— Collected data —
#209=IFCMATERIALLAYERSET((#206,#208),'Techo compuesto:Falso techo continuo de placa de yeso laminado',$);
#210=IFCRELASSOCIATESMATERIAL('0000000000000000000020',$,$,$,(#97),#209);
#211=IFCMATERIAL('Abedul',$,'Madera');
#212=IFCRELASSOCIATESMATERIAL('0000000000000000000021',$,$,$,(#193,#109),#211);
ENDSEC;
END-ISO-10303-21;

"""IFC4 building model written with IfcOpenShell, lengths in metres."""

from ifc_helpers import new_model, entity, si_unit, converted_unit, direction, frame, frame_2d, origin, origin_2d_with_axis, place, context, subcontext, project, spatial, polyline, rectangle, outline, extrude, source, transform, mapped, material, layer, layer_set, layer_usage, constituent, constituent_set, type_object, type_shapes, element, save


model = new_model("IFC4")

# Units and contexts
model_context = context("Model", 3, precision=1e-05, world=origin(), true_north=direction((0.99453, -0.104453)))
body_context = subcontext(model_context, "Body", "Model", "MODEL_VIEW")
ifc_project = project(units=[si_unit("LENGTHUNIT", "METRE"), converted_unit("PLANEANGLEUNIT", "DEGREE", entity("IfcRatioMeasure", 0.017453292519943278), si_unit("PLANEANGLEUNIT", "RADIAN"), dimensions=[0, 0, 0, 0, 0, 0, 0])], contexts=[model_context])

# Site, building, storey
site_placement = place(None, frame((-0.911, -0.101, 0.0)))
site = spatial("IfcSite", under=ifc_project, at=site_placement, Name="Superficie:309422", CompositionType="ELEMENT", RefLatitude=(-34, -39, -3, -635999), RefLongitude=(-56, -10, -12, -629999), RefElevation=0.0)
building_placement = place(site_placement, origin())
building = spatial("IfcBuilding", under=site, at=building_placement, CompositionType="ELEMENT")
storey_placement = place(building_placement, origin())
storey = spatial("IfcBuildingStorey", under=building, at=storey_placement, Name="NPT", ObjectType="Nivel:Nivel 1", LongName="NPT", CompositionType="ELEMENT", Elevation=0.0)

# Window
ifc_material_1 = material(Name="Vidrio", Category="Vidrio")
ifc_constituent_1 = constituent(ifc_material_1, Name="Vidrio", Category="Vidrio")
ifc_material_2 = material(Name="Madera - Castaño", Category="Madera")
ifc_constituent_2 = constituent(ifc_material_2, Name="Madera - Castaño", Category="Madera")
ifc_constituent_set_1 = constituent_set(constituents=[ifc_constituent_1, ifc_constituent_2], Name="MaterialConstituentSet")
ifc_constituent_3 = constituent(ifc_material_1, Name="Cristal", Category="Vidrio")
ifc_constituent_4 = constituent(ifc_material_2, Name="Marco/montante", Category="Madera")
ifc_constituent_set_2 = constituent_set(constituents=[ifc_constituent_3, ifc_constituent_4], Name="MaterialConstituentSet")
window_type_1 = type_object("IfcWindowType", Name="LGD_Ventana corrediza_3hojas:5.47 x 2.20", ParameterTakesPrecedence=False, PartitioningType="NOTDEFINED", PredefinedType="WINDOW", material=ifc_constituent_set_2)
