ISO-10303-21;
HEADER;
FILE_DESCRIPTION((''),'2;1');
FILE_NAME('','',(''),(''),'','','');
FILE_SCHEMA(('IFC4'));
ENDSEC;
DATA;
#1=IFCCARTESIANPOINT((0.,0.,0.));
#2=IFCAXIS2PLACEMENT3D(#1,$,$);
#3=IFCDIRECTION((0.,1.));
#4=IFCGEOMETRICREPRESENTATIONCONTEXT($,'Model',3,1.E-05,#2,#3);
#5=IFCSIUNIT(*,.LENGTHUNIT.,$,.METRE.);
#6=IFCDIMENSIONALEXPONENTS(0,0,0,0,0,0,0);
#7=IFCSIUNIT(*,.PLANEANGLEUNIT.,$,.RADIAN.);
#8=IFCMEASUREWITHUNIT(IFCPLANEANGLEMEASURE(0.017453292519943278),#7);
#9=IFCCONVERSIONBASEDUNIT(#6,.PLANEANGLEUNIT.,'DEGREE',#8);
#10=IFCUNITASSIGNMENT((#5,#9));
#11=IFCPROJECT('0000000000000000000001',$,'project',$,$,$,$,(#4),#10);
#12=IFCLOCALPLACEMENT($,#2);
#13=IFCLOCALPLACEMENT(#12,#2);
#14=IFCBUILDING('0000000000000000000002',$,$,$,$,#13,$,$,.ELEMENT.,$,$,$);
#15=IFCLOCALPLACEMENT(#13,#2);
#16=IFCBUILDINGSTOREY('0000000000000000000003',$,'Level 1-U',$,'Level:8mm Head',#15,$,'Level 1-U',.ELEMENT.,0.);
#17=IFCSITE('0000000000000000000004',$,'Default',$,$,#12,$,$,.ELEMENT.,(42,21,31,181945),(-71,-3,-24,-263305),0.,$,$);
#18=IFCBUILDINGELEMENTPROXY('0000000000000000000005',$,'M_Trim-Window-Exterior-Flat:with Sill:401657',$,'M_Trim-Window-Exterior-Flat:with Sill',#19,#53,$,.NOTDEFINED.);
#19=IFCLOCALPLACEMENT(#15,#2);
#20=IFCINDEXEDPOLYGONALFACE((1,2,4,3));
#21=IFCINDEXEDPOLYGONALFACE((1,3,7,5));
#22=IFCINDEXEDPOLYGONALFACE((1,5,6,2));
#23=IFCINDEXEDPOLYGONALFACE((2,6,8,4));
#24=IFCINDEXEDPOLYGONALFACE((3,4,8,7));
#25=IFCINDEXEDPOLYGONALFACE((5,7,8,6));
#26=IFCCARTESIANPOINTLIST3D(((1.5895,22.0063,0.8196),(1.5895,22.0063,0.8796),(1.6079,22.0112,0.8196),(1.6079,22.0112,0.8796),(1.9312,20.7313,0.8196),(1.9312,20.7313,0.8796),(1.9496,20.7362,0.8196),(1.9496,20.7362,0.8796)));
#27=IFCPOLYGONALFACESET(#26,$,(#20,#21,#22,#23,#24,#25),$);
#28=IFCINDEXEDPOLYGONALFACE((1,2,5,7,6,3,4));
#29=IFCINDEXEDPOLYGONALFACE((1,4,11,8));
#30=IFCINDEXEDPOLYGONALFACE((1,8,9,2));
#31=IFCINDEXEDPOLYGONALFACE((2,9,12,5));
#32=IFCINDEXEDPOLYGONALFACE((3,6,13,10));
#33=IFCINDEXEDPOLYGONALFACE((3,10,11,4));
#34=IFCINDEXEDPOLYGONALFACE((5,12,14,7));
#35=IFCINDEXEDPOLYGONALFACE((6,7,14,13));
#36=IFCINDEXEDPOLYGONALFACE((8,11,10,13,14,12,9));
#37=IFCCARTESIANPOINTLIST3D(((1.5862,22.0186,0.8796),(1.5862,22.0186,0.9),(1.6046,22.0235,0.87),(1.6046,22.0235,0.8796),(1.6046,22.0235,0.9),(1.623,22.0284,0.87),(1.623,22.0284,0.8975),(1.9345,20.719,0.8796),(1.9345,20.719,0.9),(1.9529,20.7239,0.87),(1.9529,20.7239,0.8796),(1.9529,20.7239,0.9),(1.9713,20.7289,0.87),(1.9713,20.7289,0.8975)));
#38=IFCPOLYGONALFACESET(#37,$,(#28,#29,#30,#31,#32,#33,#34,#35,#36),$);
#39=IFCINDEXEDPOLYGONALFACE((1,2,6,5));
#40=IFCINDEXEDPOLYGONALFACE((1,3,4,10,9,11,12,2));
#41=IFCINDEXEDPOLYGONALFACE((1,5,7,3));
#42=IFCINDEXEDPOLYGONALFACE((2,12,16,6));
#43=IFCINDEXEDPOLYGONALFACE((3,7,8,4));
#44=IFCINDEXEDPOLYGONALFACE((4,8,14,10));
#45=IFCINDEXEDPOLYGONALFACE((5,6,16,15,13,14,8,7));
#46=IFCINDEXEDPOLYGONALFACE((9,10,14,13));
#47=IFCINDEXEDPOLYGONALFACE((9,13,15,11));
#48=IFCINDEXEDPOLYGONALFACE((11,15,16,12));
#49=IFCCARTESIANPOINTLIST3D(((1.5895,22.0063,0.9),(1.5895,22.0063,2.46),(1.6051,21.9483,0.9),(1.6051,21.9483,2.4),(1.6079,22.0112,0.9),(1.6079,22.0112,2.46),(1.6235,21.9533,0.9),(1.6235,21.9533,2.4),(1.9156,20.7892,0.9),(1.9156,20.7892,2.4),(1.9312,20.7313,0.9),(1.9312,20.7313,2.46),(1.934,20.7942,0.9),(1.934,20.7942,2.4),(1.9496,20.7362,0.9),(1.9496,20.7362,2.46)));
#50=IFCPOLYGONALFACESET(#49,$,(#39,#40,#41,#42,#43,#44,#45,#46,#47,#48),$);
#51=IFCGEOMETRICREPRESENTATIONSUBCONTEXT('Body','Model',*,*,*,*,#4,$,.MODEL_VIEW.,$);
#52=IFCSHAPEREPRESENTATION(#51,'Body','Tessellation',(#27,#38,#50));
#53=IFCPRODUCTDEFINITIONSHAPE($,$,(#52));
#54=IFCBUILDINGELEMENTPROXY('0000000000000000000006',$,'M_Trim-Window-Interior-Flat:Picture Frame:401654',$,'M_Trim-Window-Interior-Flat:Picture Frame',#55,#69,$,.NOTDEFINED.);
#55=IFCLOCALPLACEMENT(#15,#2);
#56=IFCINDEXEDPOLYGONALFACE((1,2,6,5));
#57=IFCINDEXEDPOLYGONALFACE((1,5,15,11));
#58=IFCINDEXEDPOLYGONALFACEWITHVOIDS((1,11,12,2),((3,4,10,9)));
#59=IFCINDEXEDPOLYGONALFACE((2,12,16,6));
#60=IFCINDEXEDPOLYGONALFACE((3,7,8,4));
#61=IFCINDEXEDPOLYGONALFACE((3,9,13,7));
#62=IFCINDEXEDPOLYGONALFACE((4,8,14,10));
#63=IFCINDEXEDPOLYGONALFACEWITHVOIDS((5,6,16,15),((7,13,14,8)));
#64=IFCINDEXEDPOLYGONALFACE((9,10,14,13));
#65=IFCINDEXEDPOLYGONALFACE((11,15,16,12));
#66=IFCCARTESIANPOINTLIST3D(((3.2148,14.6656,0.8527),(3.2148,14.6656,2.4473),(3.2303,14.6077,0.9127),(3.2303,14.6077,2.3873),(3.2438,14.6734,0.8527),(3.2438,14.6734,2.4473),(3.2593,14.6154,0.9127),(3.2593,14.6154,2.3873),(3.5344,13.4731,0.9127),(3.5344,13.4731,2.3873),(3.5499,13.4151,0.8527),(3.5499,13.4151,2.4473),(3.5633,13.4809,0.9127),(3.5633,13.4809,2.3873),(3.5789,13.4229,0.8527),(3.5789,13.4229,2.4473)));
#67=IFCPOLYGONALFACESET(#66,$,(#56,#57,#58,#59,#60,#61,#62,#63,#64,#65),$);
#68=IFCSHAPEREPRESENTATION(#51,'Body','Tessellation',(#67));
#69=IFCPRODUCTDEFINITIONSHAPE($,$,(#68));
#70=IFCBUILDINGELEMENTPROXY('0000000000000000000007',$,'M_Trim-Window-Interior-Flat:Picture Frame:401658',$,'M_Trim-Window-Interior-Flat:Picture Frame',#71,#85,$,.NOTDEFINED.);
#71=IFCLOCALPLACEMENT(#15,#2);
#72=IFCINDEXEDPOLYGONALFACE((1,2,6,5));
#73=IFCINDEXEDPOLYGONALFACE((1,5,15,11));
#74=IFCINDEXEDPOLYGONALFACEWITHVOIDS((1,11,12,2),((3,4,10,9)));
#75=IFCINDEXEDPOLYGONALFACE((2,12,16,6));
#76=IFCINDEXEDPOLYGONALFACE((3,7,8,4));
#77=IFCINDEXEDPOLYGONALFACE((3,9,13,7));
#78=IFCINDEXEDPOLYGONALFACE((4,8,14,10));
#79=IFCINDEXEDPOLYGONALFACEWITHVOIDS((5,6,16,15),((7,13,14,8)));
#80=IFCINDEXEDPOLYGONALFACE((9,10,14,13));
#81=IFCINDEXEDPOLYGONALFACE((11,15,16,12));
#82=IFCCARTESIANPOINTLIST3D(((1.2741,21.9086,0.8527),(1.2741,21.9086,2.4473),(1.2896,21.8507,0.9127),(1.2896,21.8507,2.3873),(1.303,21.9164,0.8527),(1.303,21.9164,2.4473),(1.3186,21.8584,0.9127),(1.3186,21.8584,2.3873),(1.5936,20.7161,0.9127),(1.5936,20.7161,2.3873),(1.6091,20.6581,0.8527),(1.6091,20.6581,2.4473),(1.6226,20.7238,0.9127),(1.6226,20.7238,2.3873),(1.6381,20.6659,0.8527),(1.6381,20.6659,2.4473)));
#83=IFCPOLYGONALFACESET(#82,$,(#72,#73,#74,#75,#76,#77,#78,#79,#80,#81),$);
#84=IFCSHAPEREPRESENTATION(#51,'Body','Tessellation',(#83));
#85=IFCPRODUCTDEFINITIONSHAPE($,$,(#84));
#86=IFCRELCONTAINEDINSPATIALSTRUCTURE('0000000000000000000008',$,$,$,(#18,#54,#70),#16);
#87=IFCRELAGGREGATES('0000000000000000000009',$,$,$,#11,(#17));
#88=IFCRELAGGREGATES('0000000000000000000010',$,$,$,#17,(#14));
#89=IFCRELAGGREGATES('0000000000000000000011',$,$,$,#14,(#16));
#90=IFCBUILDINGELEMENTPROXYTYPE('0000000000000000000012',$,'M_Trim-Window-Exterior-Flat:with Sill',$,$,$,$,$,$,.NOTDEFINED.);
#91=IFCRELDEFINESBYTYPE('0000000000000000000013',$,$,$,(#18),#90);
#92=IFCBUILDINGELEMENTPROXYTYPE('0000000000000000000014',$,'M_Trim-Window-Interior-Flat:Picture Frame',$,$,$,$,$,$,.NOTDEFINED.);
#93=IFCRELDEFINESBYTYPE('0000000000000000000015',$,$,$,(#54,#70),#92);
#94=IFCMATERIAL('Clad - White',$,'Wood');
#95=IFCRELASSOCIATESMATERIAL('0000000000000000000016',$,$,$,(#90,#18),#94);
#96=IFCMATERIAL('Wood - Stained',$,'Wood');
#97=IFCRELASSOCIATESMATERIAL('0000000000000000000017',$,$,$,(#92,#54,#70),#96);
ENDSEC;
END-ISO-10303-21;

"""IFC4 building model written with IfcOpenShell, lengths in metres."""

from ifc_helpers import new_model, entity, si_unit, converted_unit, direction, frame, frame_2d, origin, place, context, subcontext, project, spatial, polyline, rectangle, outline, extrude, source, transform, mapped, material, type_object, type_shapes, element, save


model = new_model("IFC4")

# Units and contexts
model_context = context("Model", 3, precision=1e-05, world=origin(), true_north=direction((0.0, 1.0)))
body_context = subcontext(model_context, "Body", "Model", "MODEL_VIEW")
ifc_project = project(units=[si_unit("LENGTHUNIT", "METRE"), converted_unit("PLANEANGLEUNIT", "DEGREE", entity("IfcPlaneAngleMeasure", 0.017453292519943278), si_unit("PLANEANGLEUNIT", "RADIAN"), dimensions=[0, 0, 0, 0, 0, 0, 0])], contexts=[model_context])

# Site, building, storey
site_placement = place(None, origin())
site = spatial("IfcSite", under=ifc_project, at=site_placement, Name="Default", CompositionType="ELEMENT", RefLatitude=(42, 21, 31, 181945), RefLongitude=(-71, -3, -24, -263305), RefElevation=0.0)
building_placement = place(site_placement, origin())
building = spatial("IfcBuilding", under=site, at=building_placement, CompositionType="ELEMENT")
storey_placement = place(building_placement, origin())
storey = spatial("IfcBuildingStorey", under=building, at=storey_placement, Name="Level 1-U", ObjectType="Level:8mm Head", LongName="Level 1-U", CompositionType="ELEMENT", Elevation=0.0)

# Building element proxies
ifc_material_1 = material(Name="Clad - White", Category="Wood")
ifc_material_2 = material(Name="Wood - Stained", Category="Wood")
building_element_proxy_type_1 = type_object("IfcBuildingElementProxyType", Name="M_Trim-Window-Exterior-Flat:with Sill", PredefinedType="NOTDEFINED", material=ifc_material_1)
shared_shape_1 = source(origin(), body_context, "Body", "SweptSolid", [
    extrude(rectangle(XDim=1.32, YDim=0.06, at=frame_2d((0.0, 0.0), x_axis=(1.0, 0.0))), frame((0.0, -1.5504, 0.0), z_axis=(0.0, 0.0, 1.0), x_axis=(-1.0, 0.0, 0.0)), (0.0, 0.0, 1.0), 0.019),
    extrude(outline(polyline([(-0.019, -0.0152), (0.0, -0.0152), (0.0, -0.0057), (0.019, -0.0057), (0.019, 0.0148), (0.0, 0.0148), (-0.019, 0.0123), (-0.019, -0.0152)])), frame((-0.6727, -1.5148, 0.019), z_axis=(1.0, 0.0, 0.0), x_axis=(0.0, 0.0, -1.0)), (0.0, 0.0, 1.0), 1.3454),
    extrude(outline(polyline([(-0.795, -0.66), (0.765, -0.66), (0.765, -0.6), (-0.735, -0.6), (-0.735, 0.6), (0.765, 0.6), (0.765, 0.66), (-0.795, 0.66), (-0.795, -0.66)])), frame((0.0, -0.735, 0.0), z_axis=(0.0, 0.0, 1.0), x_axis=(0.0, -1.0, 0.0)), (0.0, 0.0, 1.0), 0.019),
])
type_shapes(building_element_proxy_type_1, [shared_shape_1])
for number, where, z_axis, x_axis, name in (
    (1, (1.7603, 21.3688, 2.4), (0.965926, 0.258819, 0.0), (-0.258819, 0.965926, 0.0), "M_Trim-Window-Exterior-Flat:with Sill:401657"),
):
    element("IfcBuildingElementProxy", number, at=place(storey_placement, frame(where, z_axis=z_axis, x_axis=x_axis)), inside=storey, type_object=building_element_proxy_type_1, material=ifc_material_1, Name=name, ObjectType="M_Trim-Window-Exterior-Flat:with Sill", PredefinedType="NOTDEFINED", context=body_context, shape_type="MappedRepresentation", body=[
        mapped(shared_shape_1, transform((0.0, 0.0, 0.0), scale=1.0)),
    ])
building_element_proxy_type_2 = type_object("IfcBuildingElementProxyType", Name="M_Trim-Window-Interior-Flat:Picture Frame", PredefinedType="NOTDEFINED", material=ifc_material_2)
shared_shape_2 = source(origin(), body_context, "Body", "SweptSolid", [
    extrude(outline(polyline([(-0.6473, -0.7973), (0.6473, -0.7973), (0.6473, 0.7973), (-0.6473, 0.7973), (-0.6473, -0.7973)]), holes=[polyline([(-0.5873, -0.7373), (-0.5873, 0.7373), (0.5873, 0.7373), (0.5873, -0.7373), (-0.5873, -0.7373)])]), frame((0.0, -0.75, 0.0), z_axis=(0.0, 0.0, 1.0), x_axis=(-1.0, 0.0, 0.0)), (0.0, 0.0, 1.0), 0.03),
])
type_shapes(building_element_proxy_type_2, [shared_shape_2])
for number, where, z_axis, x_axis, name in (
    (2, (3.4113, 14.0481, 2.4), (-0.965926, -0.258819, 0.0), (0.258819, -0.965926, 0.0), "M_Trim-Window-Interior-Flat:Picture Frame:401654"),
    (3, (1.4706, 21.2911, 2.4), (-0.965926, -0.258819, 0.0), (0.258819, -0.965926, 0.0), "M_Trim-Window-Interior-Flat:Picture Frame:401658"),
):
    element("IfcBuildingElementProxy", number, at=place(storey_placement, frame(where, z_axis=z_axis, x_axis=x_axis)), inside=storey, type_object=building_element_proxy_type_2, material=ifc_material_2, Name=name, ObjectType="M_Trim-Window-Interior-Flat:Picture Frame", PredefinedType="NOTDEFINED", context=body_context, shape_type="MappedRepresentation", body=[
        mapped(shared_shape_2, transform((0.0, 0.0, 0.0), scale=1.0)),
    ])

save(model, "model.ifc")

— Work instructions —
In your reply, restate exactly the lines from the start of the records above through the line holding "site_placement = place(None, frame((-0.911, -0.101, 0.0)))", including both, and nothing else.

— The completed task —
#209=IFCMATERIALLAYERSET((#206,#208),'Techo compuesto:Falso techo continuo de placa de yeso laminado',$);
#210=IFCRELASSOCIATESMATERIAL('0000000000000000000020',$,$,$,(#97),#209);
#211=IFCMATERIAL('Abedul',$,'Madera');
#212=IFCRELASSOCIATESMATERIAL('0000000000000000000021',$,$,$,(#193,#109),#211);
ENDSEC;
END-ISO-10303-21;

"""IFC4 building model written with IfcOpenShell, lengths in metres."""

from ifc_helpers import new_model, entity, si_unit, converted_unit, direction, frame, frame_2d, origin, origin_2d_with_axis, place, context, subcontext, project, spatial, polyline, rectangle, outline, extrude, source, transform, mapped, material, layer, layer_set, layer_usage, constituent, constituent_set, type_object, type_shapes, element, save


model = new_model("IFC4")

# Units and contexts
model_context = context("Model", 3, precision=1e-05, world=origin(), true_north=direction((0.99453, -0.104453)))
body_context = subcontext(model_context, "Body", "Model", "MODEL_VIEW")
ifc_project = project(units=[si_unit("LENGTHUNIT", "METRE"), converted_unit("PLANEANGLEUNIT", "DEGREE", entity("IfcRatioMeasure", 0.017453292519943278), si_unit("PLANEANGLEUNIT", "RADIAN"), dimensions=[0, 0, 0, 0, 0, 0, 0])], contexts=[model_context])

# Site, building, storey
site_placement = place(None, frame((-0.911, -0.101, 0.0)))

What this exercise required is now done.